A Turkey Egg. The President’s trip to Europe, and his first visit to a Muslim country, Turkey, has been widely hailed as a success. But he has annoyed French President Nicholas Sarkozy, and others, by repeatedly calling for Turkey to be admitted to the EU. Sarkozy responded by saying that this was a decision for EU member-states, and for once I agree with Sarkozy.
I am well aware of the arguments advanced by this US administration (and, to be fair, by the Bush Administration before it) in favour of Turkey’s membership. Turkey has been a loyal member of NATO, the eastern bastion of the Alliance, and deserves EU membership as a “reward”. It has supported the allies in Iraq. Turkey deserves our recognition and support as a moderate, democratic Muslim state, and therefore a living demonstration that an Islamic country can co-exist with liberal Western democratic values. Some even argue that Europe’s ageing population needs an infusion of young blood, and young workers, from Turkey’s teeming and relatively young population, which is 72 million strong — larger than the UK, and likely to overtake Germany, the EU’s most populous state, in a few years.
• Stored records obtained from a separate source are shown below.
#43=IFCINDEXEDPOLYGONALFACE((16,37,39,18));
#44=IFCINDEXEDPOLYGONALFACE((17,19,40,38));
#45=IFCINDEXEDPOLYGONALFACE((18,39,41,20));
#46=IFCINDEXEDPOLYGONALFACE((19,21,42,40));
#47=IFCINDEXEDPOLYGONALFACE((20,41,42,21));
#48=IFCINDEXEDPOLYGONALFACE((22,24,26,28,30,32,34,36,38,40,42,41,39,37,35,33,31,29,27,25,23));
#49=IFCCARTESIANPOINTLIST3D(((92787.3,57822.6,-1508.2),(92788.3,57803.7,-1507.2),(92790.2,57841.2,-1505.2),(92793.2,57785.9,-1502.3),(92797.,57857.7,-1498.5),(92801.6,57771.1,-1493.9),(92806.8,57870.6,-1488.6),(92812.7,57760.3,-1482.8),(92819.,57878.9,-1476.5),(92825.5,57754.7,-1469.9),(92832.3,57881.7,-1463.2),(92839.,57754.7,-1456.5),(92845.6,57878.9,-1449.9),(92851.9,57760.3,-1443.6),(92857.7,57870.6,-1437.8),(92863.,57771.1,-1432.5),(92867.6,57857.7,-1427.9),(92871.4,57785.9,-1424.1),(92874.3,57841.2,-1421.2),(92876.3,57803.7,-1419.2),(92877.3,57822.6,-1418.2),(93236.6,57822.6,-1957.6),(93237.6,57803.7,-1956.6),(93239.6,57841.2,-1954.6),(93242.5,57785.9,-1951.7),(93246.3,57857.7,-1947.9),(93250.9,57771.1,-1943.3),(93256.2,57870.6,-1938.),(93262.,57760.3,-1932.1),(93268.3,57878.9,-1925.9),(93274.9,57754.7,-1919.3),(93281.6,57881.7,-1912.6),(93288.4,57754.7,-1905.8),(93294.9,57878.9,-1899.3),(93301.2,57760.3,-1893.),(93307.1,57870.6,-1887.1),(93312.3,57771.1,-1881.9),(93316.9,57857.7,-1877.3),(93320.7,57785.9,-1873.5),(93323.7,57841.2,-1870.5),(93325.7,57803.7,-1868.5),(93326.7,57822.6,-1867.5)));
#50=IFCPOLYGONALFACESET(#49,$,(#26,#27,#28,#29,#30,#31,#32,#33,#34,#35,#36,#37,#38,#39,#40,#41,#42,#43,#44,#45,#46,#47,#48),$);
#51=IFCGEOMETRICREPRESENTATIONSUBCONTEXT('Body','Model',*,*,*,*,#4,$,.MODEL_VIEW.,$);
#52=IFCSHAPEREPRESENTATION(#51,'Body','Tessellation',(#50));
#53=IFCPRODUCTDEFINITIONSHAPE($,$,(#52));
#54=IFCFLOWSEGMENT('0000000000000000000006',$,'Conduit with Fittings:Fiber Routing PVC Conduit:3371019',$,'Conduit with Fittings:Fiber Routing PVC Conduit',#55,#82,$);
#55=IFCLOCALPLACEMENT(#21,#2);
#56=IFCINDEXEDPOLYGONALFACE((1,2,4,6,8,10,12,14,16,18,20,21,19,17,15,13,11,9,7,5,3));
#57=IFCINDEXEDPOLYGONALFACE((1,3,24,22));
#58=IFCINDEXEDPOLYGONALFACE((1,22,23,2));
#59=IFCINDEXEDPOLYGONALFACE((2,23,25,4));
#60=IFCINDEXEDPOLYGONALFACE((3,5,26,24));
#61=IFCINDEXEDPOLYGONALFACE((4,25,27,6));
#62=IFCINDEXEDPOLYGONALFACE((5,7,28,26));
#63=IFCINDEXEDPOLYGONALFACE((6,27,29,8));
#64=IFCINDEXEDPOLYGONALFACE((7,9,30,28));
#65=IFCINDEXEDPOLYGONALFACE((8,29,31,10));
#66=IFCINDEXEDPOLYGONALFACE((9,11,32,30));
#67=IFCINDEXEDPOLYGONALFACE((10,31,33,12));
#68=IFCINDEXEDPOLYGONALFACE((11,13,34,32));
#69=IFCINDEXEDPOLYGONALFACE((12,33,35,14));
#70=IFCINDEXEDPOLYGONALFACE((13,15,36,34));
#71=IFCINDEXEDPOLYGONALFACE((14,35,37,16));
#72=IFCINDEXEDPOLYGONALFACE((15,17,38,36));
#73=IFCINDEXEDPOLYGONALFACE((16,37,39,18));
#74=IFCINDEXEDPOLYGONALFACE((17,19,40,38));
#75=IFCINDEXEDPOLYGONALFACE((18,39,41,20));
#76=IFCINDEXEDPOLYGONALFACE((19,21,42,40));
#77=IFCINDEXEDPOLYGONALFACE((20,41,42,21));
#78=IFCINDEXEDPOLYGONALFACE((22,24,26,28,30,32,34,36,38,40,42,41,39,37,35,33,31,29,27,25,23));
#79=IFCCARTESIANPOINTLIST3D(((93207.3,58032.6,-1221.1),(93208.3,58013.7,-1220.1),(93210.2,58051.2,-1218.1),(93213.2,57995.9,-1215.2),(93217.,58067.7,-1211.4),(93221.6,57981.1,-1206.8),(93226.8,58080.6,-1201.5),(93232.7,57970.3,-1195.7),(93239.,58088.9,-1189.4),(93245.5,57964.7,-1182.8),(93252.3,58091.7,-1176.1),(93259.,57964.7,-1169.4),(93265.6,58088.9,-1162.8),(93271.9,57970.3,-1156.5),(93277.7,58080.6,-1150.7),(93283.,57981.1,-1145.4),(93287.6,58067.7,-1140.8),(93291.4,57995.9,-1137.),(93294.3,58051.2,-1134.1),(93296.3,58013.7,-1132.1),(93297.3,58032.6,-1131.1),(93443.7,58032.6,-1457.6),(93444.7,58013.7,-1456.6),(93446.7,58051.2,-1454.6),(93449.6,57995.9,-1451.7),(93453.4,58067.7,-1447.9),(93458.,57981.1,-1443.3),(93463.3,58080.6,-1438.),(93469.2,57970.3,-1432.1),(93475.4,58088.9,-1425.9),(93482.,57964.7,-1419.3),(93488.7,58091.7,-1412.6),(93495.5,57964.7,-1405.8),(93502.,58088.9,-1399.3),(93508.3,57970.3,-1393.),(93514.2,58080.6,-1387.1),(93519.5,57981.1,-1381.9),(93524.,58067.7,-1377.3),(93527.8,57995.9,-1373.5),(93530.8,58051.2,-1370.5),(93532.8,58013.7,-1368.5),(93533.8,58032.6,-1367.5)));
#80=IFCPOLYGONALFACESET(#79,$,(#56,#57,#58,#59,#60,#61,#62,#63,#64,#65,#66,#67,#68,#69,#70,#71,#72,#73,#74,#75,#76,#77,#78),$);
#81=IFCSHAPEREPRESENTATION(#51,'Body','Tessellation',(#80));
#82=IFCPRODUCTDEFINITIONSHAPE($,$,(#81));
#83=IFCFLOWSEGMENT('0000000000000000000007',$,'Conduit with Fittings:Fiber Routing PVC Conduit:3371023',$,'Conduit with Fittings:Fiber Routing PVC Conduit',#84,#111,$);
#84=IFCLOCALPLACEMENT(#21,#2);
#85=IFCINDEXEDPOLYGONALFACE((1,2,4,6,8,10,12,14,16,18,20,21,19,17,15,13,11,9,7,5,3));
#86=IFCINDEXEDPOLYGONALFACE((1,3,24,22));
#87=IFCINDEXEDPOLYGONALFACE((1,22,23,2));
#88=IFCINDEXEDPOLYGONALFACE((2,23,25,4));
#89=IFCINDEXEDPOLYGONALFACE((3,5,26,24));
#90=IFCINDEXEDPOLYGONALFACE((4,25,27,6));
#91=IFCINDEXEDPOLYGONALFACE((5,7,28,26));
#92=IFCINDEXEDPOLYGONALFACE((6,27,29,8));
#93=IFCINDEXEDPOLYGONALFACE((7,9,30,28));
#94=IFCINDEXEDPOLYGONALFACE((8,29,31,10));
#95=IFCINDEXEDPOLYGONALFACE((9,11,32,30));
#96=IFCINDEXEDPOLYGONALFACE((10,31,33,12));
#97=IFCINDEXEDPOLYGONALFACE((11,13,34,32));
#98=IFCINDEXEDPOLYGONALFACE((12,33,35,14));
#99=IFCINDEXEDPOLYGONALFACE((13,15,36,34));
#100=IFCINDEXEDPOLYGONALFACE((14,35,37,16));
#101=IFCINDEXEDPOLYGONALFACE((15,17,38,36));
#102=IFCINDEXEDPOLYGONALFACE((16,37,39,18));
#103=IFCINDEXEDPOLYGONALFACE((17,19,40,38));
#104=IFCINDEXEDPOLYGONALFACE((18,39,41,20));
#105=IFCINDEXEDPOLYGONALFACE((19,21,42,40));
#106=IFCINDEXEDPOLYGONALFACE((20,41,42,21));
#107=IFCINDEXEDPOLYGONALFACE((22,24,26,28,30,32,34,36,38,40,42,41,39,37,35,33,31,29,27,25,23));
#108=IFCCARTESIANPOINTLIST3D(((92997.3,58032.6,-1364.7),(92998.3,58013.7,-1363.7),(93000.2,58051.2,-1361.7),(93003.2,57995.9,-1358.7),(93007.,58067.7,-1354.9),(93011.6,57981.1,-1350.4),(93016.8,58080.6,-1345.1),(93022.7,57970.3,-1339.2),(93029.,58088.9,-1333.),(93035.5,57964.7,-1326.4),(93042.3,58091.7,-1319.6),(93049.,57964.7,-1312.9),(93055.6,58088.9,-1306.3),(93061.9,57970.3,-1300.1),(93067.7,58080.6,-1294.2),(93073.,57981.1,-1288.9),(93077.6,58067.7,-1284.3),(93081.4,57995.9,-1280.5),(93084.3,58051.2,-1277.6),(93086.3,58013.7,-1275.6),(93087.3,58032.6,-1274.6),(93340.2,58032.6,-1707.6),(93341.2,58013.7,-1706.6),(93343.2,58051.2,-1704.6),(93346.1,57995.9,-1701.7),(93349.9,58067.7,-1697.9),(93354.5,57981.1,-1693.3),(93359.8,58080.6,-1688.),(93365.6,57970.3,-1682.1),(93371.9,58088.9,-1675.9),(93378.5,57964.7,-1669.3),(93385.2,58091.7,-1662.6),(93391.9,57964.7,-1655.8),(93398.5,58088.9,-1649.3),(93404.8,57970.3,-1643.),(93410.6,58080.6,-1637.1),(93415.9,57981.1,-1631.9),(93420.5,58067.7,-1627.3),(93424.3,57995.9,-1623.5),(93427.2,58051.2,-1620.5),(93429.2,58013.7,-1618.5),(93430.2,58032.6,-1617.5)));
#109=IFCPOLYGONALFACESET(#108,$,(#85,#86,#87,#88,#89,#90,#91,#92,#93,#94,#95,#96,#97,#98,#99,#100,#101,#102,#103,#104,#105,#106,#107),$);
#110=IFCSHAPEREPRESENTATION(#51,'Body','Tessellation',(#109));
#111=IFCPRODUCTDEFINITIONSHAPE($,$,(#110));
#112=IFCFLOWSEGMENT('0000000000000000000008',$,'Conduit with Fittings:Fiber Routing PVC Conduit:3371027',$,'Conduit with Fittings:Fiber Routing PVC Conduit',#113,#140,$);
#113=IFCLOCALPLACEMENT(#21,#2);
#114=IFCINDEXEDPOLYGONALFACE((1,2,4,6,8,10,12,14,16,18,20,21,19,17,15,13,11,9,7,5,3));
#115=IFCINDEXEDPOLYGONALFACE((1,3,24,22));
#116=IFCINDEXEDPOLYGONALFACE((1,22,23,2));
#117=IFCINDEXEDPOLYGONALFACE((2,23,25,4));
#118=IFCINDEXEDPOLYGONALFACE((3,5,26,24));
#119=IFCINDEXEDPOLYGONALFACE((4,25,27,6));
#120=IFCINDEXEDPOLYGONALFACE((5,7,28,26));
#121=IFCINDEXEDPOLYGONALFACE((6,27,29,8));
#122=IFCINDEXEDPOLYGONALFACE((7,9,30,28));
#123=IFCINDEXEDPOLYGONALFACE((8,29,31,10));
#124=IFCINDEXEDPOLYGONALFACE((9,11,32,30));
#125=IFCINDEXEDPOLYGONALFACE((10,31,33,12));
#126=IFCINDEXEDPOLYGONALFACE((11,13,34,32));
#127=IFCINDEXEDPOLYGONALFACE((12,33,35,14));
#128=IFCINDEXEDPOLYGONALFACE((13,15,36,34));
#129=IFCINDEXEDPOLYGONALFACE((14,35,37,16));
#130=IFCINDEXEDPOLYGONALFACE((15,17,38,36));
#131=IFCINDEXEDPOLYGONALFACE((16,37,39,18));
But the counter-arguments are strong too. Turkey is large. Compared to most of the EU, it is very poor, and likely to be a drain on EU resources. But it is also radically different in cultural and (let’s face it) religious terms. European countries can absorb immigrants of many backgrounds, but increasingly we are starting to ask “How many? And how quickly?”. We are asking these questions not least in the UK, where historically exceptional rates of immigration are challenging our social infrastructure.
Without for a moment condoning anti-Turkish feeling, and still less anti-Turkish atrocities in some EU member-states, it is still legitimate to point to them as evidence that high rates of immigration, especially of people from very different cultures, create potential problems. It should not be so, but it is.
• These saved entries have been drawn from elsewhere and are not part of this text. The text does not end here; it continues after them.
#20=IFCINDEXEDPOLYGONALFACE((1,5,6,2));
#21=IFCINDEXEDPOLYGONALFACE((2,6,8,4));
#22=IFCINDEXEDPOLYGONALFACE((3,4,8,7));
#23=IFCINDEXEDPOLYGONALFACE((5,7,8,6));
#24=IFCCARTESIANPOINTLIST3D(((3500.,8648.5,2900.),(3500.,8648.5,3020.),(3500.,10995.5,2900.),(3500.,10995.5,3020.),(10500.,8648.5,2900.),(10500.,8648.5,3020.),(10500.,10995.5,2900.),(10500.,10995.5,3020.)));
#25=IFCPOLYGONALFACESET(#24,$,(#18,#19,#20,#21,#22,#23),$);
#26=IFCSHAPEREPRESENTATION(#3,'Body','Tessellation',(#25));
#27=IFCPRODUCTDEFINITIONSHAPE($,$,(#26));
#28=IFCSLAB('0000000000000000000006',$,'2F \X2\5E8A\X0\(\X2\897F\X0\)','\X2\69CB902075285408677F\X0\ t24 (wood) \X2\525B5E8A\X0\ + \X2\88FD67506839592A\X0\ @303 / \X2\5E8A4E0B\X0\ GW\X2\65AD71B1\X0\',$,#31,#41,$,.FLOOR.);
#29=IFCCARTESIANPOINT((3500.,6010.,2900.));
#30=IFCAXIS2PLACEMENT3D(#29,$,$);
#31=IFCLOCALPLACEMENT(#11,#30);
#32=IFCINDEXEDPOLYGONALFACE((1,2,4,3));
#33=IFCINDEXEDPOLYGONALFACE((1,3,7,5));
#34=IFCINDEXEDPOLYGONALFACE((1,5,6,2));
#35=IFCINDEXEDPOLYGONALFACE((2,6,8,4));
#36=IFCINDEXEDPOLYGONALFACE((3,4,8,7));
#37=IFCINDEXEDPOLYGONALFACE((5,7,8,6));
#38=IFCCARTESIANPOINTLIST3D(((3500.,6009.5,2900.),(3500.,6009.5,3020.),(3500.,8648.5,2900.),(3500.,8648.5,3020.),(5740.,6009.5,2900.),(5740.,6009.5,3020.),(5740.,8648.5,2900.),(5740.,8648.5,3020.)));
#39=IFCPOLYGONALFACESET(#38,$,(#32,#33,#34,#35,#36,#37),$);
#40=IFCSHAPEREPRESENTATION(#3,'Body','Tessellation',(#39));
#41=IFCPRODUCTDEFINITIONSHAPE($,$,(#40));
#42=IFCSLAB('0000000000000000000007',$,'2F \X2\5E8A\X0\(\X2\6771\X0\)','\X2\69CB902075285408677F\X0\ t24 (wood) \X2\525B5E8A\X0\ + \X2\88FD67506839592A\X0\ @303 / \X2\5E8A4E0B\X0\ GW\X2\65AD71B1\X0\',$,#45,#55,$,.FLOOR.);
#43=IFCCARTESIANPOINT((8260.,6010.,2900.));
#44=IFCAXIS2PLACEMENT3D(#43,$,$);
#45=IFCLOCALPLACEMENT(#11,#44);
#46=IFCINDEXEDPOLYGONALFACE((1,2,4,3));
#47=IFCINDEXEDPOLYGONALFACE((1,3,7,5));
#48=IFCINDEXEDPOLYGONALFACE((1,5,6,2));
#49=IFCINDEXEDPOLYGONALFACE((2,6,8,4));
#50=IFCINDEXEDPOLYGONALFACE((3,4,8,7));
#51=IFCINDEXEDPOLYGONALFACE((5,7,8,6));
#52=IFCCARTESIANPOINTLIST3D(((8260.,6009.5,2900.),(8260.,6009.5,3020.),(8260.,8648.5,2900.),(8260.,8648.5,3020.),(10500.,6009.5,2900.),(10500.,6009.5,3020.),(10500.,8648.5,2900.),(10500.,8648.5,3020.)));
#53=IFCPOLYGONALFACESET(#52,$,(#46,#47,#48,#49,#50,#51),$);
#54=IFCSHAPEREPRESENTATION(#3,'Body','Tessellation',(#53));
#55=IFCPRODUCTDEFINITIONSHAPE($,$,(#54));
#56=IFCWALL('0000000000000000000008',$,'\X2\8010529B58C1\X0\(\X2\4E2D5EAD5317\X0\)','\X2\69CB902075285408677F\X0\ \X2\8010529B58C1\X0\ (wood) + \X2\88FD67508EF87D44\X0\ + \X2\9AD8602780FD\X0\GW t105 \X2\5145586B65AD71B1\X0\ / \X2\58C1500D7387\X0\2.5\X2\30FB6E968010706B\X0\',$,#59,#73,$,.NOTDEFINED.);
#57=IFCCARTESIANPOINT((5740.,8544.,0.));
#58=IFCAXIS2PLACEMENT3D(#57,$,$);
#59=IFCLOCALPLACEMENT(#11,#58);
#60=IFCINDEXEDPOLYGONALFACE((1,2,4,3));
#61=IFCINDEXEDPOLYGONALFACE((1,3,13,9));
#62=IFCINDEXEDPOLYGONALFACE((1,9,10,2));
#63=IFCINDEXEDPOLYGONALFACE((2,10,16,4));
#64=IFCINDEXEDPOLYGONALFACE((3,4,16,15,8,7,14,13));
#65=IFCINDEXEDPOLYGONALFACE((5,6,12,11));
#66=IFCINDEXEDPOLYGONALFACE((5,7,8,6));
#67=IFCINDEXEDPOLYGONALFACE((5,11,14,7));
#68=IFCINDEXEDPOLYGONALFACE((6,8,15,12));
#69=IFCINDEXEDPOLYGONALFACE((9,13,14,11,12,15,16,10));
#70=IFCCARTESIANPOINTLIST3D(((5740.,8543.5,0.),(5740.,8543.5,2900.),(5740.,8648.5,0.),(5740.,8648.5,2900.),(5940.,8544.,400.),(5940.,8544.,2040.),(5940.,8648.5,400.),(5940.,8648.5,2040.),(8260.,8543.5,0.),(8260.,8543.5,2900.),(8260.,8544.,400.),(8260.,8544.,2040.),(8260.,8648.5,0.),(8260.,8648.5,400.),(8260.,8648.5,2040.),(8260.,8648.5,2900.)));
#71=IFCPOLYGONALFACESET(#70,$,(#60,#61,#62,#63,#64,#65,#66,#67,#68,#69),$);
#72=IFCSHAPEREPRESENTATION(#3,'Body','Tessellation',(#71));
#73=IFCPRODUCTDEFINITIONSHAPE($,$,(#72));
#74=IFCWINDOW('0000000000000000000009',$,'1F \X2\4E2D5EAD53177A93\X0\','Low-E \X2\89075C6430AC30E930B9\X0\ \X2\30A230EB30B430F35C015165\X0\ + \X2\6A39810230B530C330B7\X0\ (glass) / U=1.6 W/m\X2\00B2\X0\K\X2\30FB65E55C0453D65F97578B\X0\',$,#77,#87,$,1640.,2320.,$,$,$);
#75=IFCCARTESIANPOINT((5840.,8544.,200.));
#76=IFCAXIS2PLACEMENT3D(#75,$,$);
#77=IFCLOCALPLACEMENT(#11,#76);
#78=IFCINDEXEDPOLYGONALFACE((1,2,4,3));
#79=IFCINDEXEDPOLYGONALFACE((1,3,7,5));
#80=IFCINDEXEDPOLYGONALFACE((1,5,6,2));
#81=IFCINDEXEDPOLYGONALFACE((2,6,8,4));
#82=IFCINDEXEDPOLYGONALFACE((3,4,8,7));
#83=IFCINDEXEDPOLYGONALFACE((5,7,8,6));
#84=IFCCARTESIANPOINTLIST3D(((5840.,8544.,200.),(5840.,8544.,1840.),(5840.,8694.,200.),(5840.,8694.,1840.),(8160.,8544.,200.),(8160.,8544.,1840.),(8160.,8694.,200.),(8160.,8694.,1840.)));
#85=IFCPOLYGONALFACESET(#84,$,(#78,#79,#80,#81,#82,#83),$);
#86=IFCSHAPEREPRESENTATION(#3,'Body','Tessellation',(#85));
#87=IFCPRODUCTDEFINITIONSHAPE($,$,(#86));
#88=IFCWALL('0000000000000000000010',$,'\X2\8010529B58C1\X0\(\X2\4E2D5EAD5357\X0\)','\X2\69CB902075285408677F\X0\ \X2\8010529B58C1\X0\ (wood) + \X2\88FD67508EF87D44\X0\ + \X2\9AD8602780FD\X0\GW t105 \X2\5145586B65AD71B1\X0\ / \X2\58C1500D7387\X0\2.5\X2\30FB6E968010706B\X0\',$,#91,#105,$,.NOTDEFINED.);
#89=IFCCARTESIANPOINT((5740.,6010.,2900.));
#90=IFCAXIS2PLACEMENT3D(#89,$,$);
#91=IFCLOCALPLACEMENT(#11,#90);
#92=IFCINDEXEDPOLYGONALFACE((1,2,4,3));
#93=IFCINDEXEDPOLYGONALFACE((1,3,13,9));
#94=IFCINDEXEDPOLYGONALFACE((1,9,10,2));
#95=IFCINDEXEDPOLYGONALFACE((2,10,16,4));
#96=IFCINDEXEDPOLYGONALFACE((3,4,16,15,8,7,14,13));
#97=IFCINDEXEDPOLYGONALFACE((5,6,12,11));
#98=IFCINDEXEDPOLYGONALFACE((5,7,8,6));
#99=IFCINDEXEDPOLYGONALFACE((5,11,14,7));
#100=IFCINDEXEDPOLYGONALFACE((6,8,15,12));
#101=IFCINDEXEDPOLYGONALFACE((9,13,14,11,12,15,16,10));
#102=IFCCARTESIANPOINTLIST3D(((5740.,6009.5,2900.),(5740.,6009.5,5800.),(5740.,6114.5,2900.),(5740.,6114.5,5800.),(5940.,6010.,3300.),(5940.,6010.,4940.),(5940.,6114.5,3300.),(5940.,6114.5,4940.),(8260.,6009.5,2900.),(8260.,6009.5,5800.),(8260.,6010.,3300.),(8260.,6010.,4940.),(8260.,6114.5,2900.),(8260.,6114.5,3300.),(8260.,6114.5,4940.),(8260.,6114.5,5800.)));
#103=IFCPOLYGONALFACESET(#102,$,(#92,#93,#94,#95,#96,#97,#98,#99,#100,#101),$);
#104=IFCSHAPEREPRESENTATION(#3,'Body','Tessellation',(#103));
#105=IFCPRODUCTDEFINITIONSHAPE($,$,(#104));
But for me there is one factor that clinches the issue, and that is the question of democracy. We have already allowed the majority of our laws to be made by coalitions of Lithuanians and Slovenians and Portuguese (and others), and our UK vote in the deliberations of Brussels is down to around 8%. If Turkey were to join the EU, our share of population would be down from 13.3% to 11.5%, and our vote on majority-voting issues would reduce proportionately. Meantime Turkey would no doubt expect the same voting weight as Germany, and more than any other member-state.
If we had the kind of EU that I would want, based solely on free trade and voluntary intergovernmental cooperation, I should be happy to welcome any democratic country of good will, under the rule of law, and with broadly free-market principles. Turkey. Israel. Ukraine. Taiwan. Let ’em all come. But if they are going to make the laws that govern me in Britain and my fellow citizens, then we have too many foreigners doing that already, thanks very much, and we don’t need any more.
France has proposed that instead of EU membership, Turkey should be offered a “Privileged Partnership”. I’m not sure what that would give Turkey beyond what it has now — it already has a free trade deal, and large numbers of Turks live and work in the EU. But it seems to me that such a partnership could give Turkey most of the benefits of EU membership with few of the costs and drawbacks. Indeed it sounds such a good deal, that as I said in a plenary debate in Strasbourg recently, I should like to see the same offer made to the UK as well.
Clearly Obama, in his rush to reward Turkey for loyalty, has not thought through the issues of democracy. He should listen to Belgian blogger Jean Quatremer who writes that Barack Obama’s statement in support of Turkish membership of the EU is the equivalent of Angela Merkel, as “The newly elected President of the EU” declaring to Mexico’s Parliament: “Let me be clear: the European Union firmly supports Mexico’s candidacy to the United States.” We should see how the American people would react to proposals that their domestic laws should be made by parliamentarians from other North American states.
It has well been said that Turkeys don’t vote for Christmas. And I suspect that EU citizens and member-states will not vote for Turkish accession either.